* **Instructions for the task**:
The response should be a faithful copy of every record, with nothing left out.

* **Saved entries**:
==*==
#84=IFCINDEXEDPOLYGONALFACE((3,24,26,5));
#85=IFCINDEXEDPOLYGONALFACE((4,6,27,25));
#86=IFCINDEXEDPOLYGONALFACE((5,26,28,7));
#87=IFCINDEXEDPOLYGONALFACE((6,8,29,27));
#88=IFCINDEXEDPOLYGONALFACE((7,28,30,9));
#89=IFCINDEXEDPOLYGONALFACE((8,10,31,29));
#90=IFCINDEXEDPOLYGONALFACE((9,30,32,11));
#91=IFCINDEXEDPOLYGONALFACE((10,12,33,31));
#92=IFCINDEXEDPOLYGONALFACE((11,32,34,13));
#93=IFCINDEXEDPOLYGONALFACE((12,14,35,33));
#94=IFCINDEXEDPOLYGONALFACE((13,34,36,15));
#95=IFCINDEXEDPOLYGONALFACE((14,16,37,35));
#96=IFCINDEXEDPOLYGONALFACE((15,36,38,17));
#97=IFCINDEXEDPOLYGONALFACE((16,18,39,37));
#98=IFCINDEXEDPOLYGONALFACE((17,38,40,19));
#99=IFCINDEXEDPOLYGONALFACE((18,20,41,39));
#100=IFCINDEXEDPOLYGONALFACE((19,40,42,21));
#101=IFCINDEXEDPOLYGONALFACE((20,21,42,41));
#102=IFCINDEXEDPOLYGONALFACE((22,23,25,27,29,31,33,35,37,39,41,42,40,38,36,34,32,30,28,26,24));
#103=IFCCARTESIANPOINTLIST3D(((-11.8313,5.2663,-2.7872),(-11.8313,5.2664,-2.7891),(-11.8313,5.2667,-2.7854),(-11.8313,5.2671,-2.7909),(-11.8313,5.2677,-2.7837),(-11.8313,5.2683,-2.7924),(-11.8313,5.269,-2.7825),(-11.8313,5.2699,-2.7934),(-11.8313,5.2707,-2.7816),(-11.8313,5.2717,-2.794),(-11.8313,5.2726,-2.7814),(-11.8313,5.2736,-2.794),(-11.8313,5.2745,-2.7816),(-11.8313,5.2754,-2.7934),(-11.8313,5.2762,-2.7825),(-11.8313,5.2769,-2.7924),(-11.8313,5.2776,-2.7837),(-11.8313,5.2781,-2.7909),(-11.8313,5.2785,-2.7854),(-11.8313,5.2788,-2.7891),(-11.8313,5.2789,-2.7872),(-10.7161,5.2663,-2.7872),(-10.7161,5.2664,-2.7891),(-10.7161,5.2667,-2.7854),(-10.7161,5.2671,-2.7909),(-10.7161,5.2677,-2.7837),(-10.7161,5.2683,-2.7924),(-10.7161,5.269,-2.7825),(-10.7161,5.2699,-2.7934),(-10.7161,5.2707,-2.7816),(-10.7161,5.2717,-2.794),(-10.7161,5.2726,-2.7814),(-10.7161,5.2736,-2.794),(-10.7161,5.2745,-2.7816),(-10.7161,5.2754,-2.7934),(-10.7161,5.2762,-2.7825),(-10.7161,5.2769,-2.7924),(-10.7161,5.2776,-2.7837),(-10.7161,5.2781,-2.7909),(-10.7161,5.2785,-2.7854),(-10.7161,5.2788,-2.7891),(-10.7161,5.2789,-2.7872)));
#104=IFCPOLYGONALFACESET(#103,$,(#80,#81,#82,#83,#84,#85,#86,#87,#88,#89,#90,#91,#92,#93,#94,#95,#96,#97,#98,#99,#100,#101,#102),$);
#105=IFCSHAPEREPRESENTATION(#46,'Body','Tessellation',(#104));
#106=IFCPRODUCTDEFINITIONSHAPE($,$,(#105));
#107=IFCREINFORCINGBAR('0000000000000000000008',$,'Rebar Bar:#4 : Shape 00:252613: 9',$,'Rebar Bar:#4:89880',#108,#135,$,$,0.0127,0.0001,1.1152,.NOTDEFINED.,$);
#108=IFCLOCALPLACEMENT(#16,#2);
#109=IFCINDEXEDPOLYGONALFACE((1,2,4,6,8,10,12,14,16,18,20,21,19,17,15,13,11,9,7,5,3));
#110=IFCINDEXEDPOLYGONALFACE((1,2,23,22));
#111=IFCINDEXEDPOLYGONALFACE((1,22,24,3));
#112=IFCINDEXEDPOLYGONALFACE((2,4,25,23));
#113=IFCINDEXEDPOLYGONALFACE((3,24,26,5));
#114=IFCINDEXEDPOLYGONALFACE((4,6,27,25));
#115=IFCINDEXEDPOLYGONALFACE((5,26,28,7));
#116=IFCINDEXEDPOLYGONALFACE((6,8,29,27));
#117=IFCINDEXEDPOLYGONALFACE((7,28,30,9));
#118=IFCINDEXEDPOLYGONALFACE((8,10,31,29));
==*==
* **Response box**:
#84=IFCINDEXEDPOLYGONALFACE((3,24,26,5));
#85=IFCINDEXEDPOLYGONALFACE((4,6,27,25));
#86=IFCINDEXEDPOLYGONALFACE((5,26,28,7));
#87=IFCINDEXEDPOLYGONALFACE((6,8,29,27));
#88=IFCINDEXEDPOLYGONALFACE((7,28,30,9));
#89=IFCINDEXEDPOLYGONALFACE((8,10,31,29));
#90=IFCINDEXEDPOLYGONALFACE((9,30,32,11));
#91=IFCINDEXEDPOLYGONALFACE((10,12,33,31));
#92=IFCINDEXEDPOLYGONALFACE((11,32,34,13));
#93=IFCINDEXEDPOLYGONALFACE((12,14,35,33));
#94=IFCINDEXEDPOLYGONALFACE((13,34,36,15));
#95=IFCINDEXEDPOLYGONALFACE((14,16,37,35));
#96=IFCINDEXEDPOLYGONALFACE((15,36,38,17));
#97=IFCINDEXEDPOLYGONALFACE((16,18,39,37));
#98=IFCINDEXEDPOLYGONALFACE((17,38,40,19));
#99=IFCINDEXEDPOLYGONALFACE((18,20,41,39));
#100=IFCINDEXEDPOLYGONALFACE((19,40,42,21));
#101=IFCINDEXEDPOLYGONALFACE((20,21,42,41));
#102=IFCINDEXEDPOLYGONALFACE((22,23,25,27,29,31,33,35,37,39,41,42,40,38,36,34,32,30,28,26,24));
#103=IFCCARTESIANPOINTLIST3D(((-11.8313,5.2663,-2.7872),(-11.8313,5.2664,-2.7891),(-11.8313,5.2667,-2.7854),(-11.8313,5.2671,-2.7909),(-11.8313,5.2677,-2.7837),(-11.8313,5.2683,-2.7924),(-11.8313,5.269,-2.7825),(-11.8313,5.2699,-2.7934),(-11.8313,5.2707,-2.7816),(-11.8313,5.2717,-2.794),(-11.8313,5.2726,-2.7814),(-11.8313,5.2736,-2.794),(-11.8313,5.2745,-2.7816),(-11.8313,5.2754,-2.7934),(-11.8313,5.2762,-2.7825),(-11.8313,5.2769,-2.7924),(-11.8313,5.2776,-2.7837),(-11.8313,5.2781,-2.7909),(-11.8313,5.2785,-2.7854),(-11.8313,5.2788,-2.7891),(-11.8313,5.2789,-2.7872),(-10.7161,5.2663,-2.7872),(-10.7161,5.2664,-2.7891),(-10.7161,5.2667,-2.7854),(-10.7161,5.2671,-2.7909),(-10.7161,5.2677,-2.7837),(-10.7161,5.2683,-2.7924),(-10.7161,5.269,-2.7825),(-10.7161,5.2699,-2.7934),(-10.7161,5.2707,-2.7816),(-10.7161,5.2717,-2.794),(-10.7161,5.2726,-2.7814),(-10.7161,5.2736,-2.794),(-10.7161,5.2745,-2.7816),(-10.7161,5.2754,-2.7934),(-10.7161,5.2762,-2.7825),(-10.7161,5.2769,-2.7924),(-10.7161,5.2776,-2.7837),(-10.7161,5.2781,-2.7909),(-10.7161,5.2785,-2.7854),(-10.7161,5.2788,-2.7891),(-10.7161,5.2789,-2.7872)));
#104=IFCPOLYGONALFACESET(#103,$,(#80,#81,#82,#83,#84,#85,#86,#87,#88,#89,#90,#91,#92,#93,#94,#95,#96,#97,#98,#99,#100,#101,#102),$);
#105=IFCSHAPEREPRESENTATION(#46,'Body','Tessellation',(#104));
#106=IFCPRODUCTDEFINITIONSHAPE($,$,(#105));
#107=IFCREINFORCINGBAR('0000000000000000000008',$,'Rebar Bar:#4 : Shape 00:252613: 9',$,'Rebar Bar:#4:89880',#108,#135,$,$,0.0127,0.0001,1.1152,.NOTDEFINED.,$);
#108=IFCLOCALPLACEMENT(#16,#2);
#109=IFCINDEXEDPOLYGONALFACE((1,2,4,6,8,10,12,14,16,18,20,21,19,17,15,13,11,9,7,5,3));
#110=IFCINDEXEDPOLYGONALFACE((1,2,23,22));
#111=IFCINDEXEDPOLYGONALFACE((1,22,24,3));
#112=IFCINDEXEDPOLYGONALFACE((2,4,25,23));
#113=IFCINDEXEDPOLYGONALFACE((3,24,26,5));
#114=IFCINDEXEDPOLYGONALFACE((4,6,27,25));
#115=IFCINDEXEDPOLYGONALFACE((5,26,28,7));
#116=IFCINDEXEDPOLYGONALFACE((6,8,29,27));
#117=IFCINDEXEDPOLYGONALFACE((7,28,30,9));
#118=IFCINDEXEDPOLYGONALFACE((8,10,31,29));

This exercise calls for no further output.